For the static properties, you would simply create a new Name property in each class. Since they are static, you're always (almost always, yay reflection) going to access them using a specific class, so you'd be specifying which version of Name you want to get. If you want to try and hack polymorphism in there and get the name from any given subclass of MyClass, you could do so using reflection, but I wouldn't recommend doing so.
Using the example from your comment:
public class Dad
{
public static string Name { get { return "George"; }
}
public class Son : Dad
{
public static string Name { get{ return "Frank"; }
}
public static void Test()
{
Console.WriteLine(Dad.Name); // prints "George"
Console.WriteLine(Son.Name); // prints "Frank"
Dad actuallyASon = new Son();
PropertyInfo nameProp = actuallyASon.GetType().GetProperty("Name");
Console.WriteLine(nameProp.GetValue(actuallyASon, null)); // prints "Frank"
}
As a side note, since you are declaring a property that has only a getter and it is returning a constant value, I recommend possibly using a const or static readonly variable instead.
public const string Name = "David";
public static readonly string Name = "David";
Usage for both would be the same:
string name = MyClass.Name;
The main benefit (and drawback) of const is that all references to it are actually replaced by its value when the code is compiled. That means it will be a little faster, but if you ever change its value, you will need to recompile ALL code that references it.
Whenever you write C# code, always check if your method and property getter/setter code does anything at all with other instance members of the class. If they don't, be sure to apply the static keyword. Certainly the case here, it trivially solves your problem.
The reason I really post to this question is that there's a bit of language bias at work in some of the answers. The C# rule that you can't call an instance method on a null object is a specific C# language rule. It is without a doubt a very wise one, it really helps to troubleshoot NullReferenceExceptions, they are raised at the call site instead of somewhere inside of a method where it gets very hard to diagnose that the this reference is null.

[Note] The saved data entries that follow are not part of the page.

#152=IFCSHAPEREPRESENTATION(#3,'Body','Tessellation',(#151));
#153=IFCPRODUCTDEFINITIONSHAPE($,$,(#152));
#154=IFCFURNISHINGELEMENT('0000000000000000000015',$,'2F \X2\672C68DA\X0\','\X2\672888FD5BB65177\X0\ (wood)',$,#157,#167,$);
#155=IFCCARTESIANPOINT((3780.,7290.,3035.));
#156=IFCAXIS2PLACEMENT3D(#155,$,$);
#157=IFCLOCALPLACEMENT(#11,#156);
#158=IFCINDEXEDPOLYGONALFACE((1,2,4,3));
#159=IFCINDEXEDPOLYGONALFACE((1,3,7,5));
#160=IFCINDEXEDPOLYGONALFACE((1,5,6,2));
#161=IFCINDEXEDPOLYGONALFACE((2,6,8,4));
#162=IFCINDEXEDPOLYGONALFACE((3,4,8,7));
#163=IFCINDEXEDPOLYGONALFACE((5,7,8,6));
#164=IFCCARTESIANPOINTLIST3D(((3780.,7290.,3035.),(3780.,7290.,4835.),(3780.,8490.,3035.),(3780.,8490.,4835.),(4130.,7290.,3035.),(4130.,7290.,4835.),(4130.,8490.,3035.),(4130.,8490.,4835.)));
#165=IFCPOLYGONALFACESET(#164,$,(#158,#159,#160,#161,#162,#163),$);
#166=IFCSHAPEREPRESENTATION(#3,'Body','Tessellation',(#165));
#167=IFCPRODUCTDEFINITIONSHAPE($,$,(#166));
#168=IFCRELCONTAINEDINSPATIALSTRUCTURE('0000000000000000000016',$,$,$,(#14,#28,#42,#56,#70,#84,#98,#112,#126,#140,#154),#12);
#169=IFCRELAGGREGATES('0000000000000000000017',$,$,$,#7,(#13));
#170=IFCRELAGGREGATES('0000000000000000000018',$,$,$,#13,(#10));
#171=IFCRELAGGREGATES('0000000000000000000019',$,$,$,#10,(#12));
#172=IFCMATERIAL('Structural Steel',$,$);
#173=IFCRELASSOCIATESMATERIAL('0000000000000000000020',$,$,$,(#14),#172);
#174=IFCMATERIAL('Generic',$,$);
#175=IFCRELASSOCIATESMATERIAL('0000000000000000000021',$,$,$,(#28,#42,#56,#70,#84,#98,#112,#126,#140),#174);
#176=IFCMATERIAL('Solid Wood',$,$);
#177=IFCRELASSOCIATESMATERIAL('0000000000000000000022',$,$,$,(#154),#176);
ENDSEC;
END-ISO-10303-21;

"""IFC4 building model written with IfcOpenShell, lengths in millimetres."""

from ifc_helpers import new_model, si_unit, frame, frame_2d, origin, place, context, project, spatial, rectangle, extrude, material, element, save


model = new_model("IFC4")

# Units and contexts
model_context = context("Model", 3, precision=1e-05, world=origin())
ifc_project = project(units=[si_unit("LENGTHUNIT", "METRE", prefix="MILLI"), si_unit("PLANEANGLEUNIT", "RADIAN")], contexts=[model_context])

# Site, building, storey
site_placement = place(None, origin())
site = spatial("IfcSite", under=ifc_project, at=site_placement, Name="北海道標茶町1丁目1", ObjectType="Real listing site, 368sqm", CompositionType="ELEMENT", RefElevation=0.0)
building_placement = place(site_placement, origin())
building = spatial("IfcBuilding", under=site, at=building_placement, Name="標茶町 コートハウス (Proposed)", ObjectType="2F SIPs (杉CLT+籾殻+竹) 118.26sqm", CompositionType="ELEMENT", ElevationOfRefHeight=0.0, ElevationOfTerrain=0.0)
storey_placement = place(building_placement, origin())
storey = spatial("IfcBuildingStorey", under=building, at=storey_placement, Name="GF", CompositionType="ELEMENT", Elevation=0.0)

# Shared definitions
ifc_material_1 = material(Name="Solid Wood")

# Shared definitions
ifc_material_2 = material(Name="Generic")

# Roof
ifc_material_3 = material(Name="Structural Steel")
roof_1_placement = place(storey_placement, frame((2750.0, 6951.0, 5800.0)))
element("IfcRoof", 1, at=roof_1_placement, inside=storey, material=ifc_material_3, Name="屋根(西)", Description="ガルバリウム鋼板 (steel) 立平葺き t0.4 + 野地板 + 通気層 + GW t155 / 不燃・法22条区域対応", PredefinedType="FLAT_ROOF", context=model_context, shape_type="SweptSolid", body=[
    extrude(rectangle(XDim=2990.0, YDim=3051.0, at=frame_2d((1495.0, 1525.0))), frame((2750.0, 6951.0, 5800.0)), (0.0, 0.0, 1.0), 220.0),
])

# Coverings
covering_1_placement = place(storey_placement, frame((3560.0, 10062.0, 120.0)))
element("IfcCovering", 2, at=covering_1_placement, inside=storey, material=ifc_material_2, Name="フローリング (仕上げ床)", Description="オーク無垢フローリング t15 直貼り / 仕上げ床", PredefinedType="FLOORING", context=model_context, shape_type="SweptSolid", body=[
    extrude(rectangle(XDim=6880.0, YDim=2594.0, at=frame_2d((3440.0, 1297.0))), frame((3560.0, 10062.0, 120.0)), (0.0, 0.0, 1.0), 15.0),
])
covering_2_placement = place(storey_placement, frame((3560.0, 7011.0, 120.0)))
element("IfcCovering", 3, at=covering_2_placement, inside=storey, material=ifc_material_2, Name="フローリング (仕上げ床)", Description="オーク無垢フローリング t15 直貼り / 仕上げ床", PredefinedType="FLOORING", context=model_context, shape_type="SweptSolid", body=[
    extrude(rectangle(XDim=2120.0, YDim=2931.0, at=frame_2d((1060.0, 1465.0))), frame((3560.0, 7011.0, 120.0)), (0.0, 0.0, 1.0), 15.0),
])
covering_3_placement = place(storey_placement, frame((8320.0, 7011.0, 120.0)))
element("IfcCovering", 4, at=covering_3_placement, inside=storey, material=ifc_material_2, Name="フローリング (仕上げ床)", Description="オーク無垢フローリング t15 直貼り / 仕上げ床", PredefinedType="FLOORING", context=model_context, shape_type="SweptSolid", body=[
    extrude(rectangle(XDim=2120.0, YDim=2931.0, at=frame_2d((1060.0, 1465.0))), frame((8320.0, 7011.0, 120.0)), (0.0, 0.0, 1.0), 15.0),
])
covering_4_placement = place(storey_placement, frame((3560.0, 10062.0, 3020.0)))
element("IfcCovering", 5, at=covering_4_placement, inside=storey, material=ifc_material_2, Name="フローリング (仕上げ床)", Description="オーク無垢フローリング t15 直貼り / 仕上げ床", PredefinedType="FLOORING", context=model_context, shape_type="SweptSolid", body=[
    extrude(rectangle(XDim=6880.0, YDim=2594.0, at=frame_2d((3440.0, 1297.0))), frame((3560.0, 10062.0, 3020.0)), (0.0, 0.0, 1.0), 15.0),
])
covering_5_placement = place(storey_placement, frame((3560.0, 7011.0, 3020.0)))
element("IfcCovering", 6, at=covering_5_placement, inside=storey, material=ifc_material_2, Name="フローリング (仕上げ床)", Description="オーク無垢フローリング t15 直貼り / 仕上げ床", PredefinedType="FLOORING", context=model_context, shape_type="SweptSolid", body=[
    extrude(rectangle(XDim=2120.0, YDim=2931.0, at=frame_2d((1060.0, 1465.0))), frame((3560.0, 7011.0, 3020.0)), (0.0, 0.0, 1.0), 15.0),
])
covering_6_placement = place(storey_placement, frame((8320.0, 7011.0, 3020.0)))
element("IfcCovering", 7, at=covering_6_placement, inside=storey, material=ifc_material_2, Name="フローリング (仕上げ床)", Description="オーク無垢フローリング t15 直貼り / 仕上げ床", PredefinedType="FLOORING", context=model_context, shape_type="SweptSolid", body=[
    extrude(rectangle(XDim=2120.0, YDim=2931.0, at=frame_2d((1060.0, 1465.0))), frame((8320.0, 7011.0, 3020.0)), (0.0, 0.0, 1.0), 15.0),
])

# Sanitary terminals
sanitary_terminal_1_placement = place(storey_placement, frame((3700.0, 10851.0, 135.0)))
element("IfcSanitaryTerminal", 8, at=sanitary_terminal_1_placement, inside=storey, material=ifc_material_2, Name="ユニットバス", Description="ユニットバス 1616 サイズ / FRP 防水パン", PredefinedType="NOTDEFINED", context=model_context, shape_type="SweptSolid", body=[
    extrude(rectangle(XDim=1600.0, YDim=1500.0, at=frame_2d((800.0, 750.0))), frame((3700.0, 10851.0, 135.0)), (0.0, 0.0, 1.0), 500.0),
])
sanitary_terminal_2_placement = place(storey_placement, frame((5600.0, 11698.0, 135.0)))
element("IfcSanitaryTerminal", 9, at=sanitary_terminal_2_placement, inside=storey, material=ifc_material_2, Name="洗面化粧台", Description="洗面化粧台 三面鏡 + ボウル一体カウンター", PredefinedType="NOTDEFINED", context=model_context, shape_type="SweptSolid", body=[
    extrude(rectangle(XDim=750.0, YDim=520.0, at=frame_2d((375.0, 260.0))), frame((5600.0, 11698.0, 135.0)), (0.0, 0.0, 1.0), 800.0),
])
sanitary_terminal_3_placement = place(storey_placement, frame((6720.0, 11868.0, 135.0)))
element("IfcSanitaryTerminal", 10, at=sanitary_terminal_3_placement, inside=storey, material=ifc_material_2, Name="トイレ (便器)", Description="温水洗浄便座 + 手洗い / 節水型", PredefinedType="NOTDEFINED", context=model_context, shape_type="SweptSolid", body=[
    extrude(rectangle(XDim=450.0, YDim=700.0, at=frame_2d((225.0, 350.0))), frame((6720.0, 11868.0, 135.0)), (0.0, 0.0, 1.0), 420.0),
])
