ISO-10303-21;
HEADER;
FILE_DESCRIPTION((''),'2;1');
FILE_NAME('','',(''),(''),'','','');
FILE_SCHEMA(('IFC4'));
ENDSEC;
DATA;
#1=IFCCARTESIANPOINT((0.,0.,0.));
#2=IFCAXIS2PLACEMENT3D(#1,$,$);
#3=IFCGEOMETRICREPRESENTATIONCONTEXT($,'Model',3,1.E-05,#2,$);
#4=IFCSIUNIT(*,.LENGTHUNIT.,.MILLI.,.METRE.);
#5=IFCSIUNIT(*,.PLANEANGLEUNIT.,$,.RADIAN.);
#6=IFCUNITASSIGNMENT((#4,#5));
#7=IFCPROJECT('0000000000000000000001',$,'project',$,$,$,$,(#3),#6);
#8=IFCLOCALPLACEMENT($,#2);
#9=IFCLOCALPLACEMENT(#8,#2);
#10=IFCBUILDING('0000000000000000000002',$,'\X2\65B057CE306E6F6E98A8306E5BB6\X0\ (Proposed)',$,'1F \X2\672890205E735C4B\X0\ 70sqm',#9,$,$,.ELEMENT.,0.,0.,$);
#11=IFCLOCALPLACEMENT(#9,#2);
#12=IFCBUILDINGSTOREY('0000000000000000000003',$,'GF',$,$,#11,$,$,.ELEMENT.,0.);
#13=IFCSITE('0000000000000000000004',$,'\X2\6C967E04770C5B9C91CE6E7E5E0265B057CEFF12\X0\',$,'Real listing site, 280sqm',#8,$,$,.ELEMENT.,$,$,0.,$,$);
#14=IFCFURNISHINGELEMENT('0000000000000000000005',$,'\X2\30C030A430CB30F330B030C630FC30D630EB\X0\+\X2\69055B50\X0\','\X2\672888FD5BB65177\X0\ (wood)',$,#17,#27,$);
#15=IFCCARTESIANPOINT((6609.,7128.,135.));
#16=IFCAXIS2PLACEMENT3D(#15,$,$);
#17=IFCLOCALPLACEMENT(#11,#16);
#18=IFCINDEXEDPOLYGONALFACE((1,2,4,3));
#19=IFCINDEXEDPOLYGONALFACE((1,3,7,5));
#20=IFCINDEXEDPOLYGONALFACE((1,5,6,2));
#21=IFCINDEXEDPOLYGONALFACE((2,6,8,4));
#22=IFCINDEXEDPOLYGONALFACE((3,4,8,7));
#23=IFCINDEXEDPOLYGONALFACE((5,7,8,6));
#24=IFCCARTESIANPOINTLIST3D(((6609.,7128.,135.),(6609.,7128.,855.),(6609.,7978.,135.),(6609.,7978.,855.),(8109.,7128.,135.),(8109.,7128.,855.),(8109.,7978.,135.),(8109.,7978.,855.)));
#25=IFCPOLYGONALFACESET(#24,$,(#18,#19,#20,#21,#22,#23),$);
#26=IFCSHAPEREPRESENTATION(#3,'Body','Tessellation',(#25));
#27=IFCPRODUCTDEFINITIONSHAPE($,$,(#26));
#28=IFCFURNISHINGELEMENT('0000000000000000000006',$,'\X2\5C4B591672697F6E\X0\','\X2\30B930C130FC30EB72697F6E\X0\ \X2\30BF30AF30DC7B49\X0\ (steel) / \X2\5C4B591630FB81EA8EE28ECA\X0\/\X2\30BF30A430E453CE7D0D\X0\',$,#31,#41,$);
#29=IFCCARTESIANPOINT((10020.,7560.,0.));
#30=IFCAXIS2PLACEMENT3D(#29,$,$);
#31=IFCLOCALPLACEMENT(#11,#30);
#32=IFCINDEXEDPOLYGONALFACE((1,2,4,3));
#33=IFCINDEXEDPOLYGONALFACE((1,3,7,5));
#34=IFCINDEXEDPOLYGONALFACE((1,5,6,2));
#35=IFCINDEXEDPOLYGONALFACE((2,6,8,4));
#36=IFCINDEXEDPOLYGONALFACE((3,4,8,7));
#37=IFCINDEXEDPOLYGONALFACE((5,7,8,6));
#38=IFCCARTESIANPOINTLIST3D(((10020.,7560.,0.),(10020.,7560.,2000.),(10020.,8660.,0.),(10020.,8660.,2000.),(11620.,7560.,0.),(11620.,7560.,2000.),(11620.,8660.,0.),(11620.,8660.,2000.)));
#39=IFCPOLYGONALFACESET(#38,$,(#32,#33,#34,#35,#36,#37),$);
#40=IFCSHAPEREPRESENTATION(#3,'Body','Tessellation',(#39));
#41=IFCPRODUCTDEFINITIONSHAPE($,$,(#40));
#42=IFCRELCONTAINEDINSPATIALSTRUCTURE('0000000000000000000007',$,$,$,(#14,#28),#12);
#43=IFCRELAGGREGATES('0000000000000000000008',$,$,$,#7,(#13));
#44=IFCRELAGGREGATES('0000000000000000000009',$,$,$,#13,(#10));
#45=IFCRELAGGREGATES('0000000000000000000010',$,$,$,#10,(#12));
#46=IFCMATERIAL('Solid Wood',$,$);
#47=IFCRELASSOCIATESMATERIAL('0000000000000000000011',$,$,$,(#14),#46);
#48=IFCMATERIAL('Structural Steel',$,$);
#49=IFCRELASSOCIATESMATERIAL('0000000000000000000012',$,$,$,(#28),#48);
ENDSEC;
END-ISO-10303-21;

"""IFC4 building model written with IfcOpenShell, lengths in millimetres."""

from ifc_helpers import new_model, si_unit, frame, frame_2d, origin, place, context, project, spatial, rectangle, extrude, material, element, save


model = new_model("IFC4")

# Units and contexts
model_context = context("Model", 3, precision=1e-05, world=origin())
ifc_project = project(units=[si_unit("LENGTHUNIT", "METRE", prefix="MILLI"), si_unit("PLANEANGLEUNIT", "RADIAN")], contexts=[model_context])

# Site, building, storey
site_placement = place(None, origin())
site = spatial("IfcSite", under=ifc_project, at=site_placement, Name="沖縄県宜野湾市新城２", ObjectType="Real listing site, 280sqm", CompositionType="ELEMENT", RefElevation=0.0)
building_placement = place(site_placement, origin())
building = spatial("IfcBuilding", under=site, at=building_placement, Name="新城の潮風の家 (Proposed)", ObjectType="1F 木造平屋 70sqm", CompositionType="ELEMENT", ElevationOfRefHeight=0.0, ElevationOfTerrain=0.0)
storey_placement = place(building_placement, origin())
storey = spatial("IfcBuildingStorey", under=building, at=storey_placement, Name="GF", CompositionType="ELEMENT", Elevation=0.0)

# Shared definitions
ifc_material_1 = material(Name="Solid Wood")

# Shared definitions
ifc_material_2 = material(Name="Structural Steel")

# Furnishing elements
furnishing_1_placement = place(storey_placement, frame((6609.0, 7128.0, 135.0)))
element("IfcFurnishingElement", 1, at=furnishing_1_placement, inside=storey, material=ifc_material_1, Name="ダイニングテーブル+椅子", Description="木製家具 (wood)", context=model_context, shape_type="SweptSolid", body=[
    extrude(rectangle(XDim=1500.0, YDim=850.0, at=frame_2d((750.0, 425.0))), frame((6609.0, 7128.0, 135.0)), (0.0, 0.0, 1.0), 720.0),
])
furnishing_2_placement = place(storey_placement, frame((10020.0, 7560.0, 0.0)))
element("IfcFurnishingElement", 2, at=furnishing_2_placement, inside=storey, material=ifc_material_2, Name="屋外物置", Description="スチール物置 タクボ等 (steel) / 屋外・自転車/タイヤ収納", context=model_context, shape_type="SweptSolid", body=[
    extrude(rectangle(XDim=1600.0, YDim=1100.0, at=frame_2d((800.0, 550.0))), frame((10020.0, 7560.0, 0.0)), (0.0, 0.0, 1.0), 2000.0),
])

save(model, "model.ifc")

But this is certainly not a requirement to the CLR, nor of every language that run on the CLR. In fact, even C# doesn't enforce it consistently, you can readily bypass it in an extension method:
public static class Extensions {
public static bool IsNullOrEmpty(this string obj) {
return obj != null && obj.Length > 0;
}
}
...
string s = null;
bool empty = s.IsNullOrEmpty(); // Fine
And using your property from a language that doesn't have the same rule works fine as well. Like C++/CLI:
#include "stdafx.h"
using namespace System;
using namespace ClassLibrary1; // Add reference
int main(array<System::String ^> ^args)
{
MyClass^ obj = nullptr;
String^ name = obj->Name; // Fine
Console::WriteLine(name);
return 0;
}
Create a static property:
public class MyClass
{
public static string Name { get { return "David"; } }
public MyClass()
{
}
}
Get it like so:
string name1 = MyClass.Name;
That is not possible. As Name is an instance property, you can only get its value if you have an instance.
Also, note that you are not talking about a parameter, but about a property.
Create a static class or a static property, and you don't have to explicitly instantiate it.